“Time really does fly” was the thought that went through my head as I looked at my painting “Sand Storm.” More accurately the thought went through my head when I flipped the painting over and looked at the date. July 25, 2007. We’re coming up on this painting being ten years old. It’s an acrylic painting done on an 10×8 inch stretched canvas. I pulled it off the shelf to look at and write about it. That’s what I do sometimes.

The first thing that strikes me about this painting is the orange. I really liked that orange paint but they stopped making it. I can’t remember anymore exactly what color it is but I think the brand is Winsor Newton. They replaced it with another orange that’s pretty good but falls just a little bit short for me. I use the new orange because it’s the best orange around but I still like this older version better. The orange is interesting in this painting because it’s the strongest color, yet it’s in the background. This means the eye fights to keep it in the background as the orange wants to come forward. It even peeks through the yellows of the sand storm. That keeps things lively.

I used two main techniques for making this painting. One was how I made the buildings and the other was how I made the sky. The building technique comes out of my sketchbook where I draw with a sign pen. That type of pen draws with a single weight marker line and over the years I started drawing buildings with it by making basic shapes and then filling those shapes with various angled parallel lines. It gives the illusion of architectural detail without being hemmed in by having to draw actual architecture. They’re art buildings. You wouldn’t want to really build them. Plus it gives the buildings a familiar but alien look. They don’t quite look like the building we know but they look like we could know them. They’re not so alien that someone might think, “What is that? Is that a Building?”

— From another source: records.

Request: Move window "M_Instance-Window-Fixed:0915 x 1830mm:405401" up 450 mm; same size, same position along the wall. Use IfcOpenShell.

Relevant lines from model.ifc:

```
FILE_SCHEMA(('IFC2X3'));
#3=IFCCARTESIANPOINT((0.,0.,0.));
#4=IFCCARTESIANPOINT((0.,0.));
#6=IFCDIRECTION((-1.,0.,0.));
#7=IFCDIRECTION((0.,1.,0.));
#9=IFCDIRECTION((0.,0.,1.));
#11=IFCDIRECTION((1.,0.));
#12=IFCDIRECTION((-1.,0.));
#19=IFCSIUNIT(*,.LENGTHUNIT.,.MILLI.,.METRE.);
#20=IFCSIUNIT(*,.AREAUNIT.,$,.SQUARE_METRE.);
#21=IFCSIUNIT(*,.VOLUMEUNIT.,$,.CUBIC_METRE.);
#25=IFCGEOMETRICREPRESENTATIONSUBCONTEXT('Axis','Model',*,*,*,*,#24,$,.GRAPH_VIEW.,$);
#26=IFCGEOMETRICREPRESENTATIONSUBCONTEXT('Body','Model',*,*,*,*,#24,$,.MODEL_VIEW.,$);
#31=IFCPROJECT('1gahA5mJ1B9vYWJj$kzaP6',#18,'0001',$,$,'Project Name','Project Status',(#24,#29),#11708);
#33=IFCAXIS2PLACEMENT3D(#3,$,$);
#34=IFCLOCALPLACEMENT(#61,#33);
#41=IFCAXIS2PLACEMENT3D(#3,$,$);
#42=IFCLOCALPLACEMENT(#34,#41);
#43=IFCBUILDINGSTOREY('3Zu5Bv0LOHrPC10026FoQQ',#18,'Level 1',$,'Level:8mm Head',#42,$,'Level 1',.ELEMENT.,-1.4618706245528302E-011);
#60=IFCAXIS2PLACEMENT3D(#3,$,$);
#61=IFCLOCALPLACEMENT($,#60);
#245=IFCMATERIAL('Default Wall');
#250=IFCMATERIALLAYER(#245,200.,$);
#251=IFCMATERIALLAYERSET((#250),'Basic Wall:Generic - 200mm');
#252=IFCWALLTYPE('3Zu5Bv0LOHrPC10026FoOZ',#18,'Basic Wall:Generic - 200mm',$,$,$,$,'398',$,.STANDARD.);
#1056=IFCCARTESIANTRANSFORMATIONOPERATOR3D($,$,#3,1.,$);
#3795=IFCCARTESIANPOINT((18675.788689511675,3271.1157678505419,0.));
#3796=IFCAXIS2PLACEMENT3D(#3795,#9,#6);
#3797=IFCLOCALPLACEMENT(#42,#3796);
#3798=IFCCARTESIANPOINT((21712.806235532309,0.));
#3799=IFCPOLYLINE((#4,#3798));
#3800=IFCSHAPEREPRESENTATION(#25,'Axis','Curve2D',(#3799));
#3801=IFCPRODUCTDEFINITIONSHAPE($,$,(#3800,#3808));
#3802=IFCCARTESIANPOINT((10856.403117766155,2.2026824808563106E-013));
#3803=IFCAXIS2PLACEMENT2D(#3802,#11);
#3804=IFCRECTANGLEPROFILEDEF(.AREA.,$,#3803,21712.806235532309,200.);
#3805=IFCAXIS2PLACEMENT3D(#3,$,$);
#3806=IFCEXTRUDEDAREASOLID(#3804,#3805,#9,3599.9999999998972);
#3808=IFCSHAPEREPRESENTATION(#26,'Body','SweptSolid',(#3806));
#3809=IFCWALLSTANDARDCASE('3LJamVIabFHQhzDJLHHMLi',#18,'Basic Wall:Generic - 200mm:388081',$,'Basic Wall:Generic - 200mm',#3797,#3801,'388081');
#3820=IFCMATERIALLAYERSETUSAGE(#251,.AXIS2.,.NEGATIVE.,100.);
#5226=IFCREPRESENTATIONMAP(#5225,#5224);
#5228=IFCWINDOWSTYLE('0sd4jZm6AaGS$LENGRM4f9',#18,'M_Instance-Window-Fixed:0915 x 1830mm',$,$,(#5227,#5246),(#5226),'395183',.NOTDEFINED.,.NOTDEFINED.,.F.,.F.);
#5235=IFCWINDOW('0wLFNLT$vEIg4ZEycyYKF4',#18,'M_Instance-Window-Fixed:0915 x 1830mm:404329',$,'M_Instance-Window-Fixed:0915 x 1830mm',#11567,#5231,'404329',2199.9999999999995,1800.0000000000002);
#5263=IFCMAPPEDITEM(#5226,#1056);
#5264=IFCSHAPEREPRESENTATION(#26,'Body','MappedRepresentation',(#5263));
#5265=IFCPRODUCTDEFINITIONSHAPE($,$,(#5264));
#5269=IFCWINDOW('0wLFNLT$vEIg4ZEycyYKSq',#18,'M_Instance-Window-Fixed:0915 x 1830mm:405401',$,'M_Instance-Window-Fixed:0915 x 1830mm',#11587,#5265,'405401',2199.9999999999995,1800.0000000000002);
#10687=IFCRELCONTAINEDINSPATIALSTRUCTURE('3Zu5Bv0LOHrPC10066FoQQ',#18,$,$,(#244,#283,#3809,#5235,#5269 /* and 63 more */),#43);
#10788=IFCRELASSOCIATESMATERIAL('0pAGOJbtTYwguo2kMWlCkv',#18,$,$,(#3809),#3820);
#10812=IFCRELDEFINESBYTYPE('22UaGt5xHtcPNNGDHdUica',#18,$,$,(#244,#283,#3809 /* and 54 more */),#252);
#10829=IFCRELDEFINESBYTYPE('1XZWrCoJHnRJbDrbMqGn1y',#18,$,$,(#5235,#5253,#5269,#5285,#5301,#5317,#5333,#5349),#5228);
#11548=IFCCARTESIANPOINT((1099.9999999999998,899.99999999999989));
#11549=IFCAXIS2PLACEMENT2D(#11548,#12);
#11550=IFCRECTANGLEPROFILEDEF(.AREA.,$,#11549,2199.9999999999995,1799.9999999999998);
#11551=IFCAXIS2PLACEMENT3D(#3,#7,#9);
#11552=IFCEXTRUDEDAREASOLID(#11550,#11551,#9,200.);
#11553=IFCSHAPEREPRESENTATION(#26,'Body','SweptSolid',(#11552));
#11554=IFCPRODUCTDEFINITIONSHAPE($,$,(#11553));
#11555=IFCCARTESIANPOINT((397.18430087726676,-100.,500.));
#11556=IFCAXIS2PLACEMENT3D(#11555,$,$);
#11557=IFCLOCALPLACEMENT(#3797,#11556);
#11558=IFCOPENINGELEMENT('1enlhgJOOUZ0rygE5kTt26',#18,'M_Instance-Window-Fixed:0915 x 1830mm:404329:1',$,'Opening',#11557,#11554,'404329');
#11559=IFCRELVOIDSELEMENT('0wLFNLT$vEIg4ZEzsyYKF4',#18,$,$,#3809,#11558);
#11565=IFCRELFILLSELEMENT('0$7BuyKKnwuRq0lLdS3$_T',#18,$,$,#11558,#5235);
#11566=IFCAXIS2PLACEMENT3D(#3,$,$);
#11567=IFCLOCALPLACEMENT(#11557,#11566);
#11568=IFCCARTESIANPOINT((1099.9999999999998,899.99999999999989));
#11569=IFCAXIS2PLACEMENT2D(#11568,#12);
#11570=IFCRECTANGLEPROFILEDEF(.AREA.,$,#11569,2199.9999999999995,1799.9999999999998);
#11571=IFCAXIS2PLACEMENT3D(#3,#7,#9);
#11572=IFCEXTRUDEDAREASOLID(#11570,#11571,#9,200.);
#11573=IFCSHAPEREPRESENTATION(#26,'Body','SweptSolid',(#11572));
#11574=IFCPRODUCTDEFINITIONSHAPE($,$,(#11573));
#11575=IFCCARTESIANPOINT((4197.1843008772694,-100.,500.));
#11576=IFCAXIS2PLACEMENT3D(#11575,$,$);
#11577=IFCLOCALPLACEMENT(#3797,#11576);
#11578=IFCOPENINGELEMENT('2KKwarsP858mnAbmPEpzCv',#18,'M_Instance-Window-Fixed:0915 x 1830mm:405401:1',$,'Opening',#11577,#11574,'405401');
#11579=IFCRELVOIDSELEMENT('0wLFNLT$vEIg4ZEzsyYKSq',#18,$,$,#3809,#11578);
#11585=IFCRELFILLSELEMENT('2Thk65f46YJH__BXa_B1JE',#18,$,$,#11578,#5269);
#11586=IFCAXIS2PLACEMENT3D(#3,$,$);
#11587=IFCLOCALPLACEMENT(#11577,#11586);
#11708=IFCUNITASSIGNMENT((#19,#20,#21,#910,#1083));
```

```python
import numpy as np
import ifcopenshell
import ifcopenshell.api.geometry
import ifcopenshell.util.placement
import ifcopenshell.util.unit

model = ifcopenshell.open("model.ifc")
unit_scale = ifcopenshell.util.unit.calculate_unit_scale(model)

window = model.by_guid("0wLFNLT$vEIg4ZEycyYKSq")
opening = window.FillsVoids[0].RelatingOpeningElement
dz = 450.0

shift = np.array([0.0, 0.0, dz])
# The window is placed relative to its opening, so it follows when the opening moves.
matrix = ifcopenshell.util.placement.get_local_placement(opening.ObjectPlacement)
matrix[:3, 3] += shift
ifcopenshell.api.geometry.edit_object_placement(
    model, product=opening, matrix=matrix, is_si=False, should_transform_children=True
)

print(f"moved by {dz * unit_scale:+.3f} m")

model.write("model_v2.ifc")
```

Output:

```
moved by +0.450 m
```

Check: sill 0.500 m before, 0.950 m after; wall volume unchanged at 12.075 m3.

The buildings are different than the ones I draw in pen because of the color. The pen ones are all made with just a line and therefore the line is the positive shape and the space in-between the lines are the negative shapes. In the painting I used a black line to create the building but then I went in with color over the line and the color became the positive shape. Whatever brush stroke is on top becomes the positive shape. Its shape defines the shape that’s underneath it. So as you can see I use two different color blues in the house and the blue brush strokes are right overtop of the black paint. I even brought the blue into the fence on the left. I bet I was originally going to let the orange of the sky show through the fence but then decided it would look better with a touch of blue. I let the orange show through the top of the fence though.

The second technique is the spirals in the sky. I like spirals. Who doesn’t? I think Van Gogh’s painting “Starry Night” is one of his most popular painting because he has a couple of spirals in the sky. They’re more natural than my geometric spirals but they’re there. I think that may have been what gave me the idea for the spiral skies that I draw. I’ve always drawn spirals but they were usually in hair, in eyes, and in womens’ chests. I don’t think I used them in skies until right around this time. Spirals work well in paint. With ink they’re all about the graphic design but since paint has a more 3D surface you can build the spirals out of brush strokes. They sit on top of the canvas and become an object of their own. They become the subject of the painting rather than the design.

I wish I was masterful enough with the brush and paint to make those spirals with one stroke, in one motion but either my skills or the tools won’t allow it. I’ve seen videos of Chinese or Japanese brush master make all sorts of beautiful long brush strokes in ink on paper but the thicker acrylic paint that I use can’t do that. At least I don’t know how to do it. Instead I build the strokes up slowly. I go over them a few times to get the shape I want. Since the strokes are made up of three colors I moved back and forth between them until I decided on an order. The bright yellow ends up in front as the positive shape with the darkest brown helping to define the yellow’s place.

I don’t think much of the ground on the bottom of the painting. It’s just there. It’s only purpose is to provide a solid foundation for the picture. It gives the world its gravity. The color is a warm brownish red but it’s the closest thing to a neutral that this painting has. There is some action going on in the brush strokes but it’s minimal. I didn’t want it to compete with the sky and the house. The land should stay in its place.

Overall I think this is a fairly simple painting. Maybe because I think of landscapes a simpler than figurative painting. Simple isn’t bad either. I like simple. It’s not always east to achieve. We have the top third to half filled with spiraling sand, the middle with sand and orange sky, and the bottom third id the ground with a solid house on top of it. I bet there is some sort of classic landscape formula that landscape artists use for such arrangements but I don’t know of it. I more of a faces and bodies artist but every now and them I like to dabble. And I really like that orange.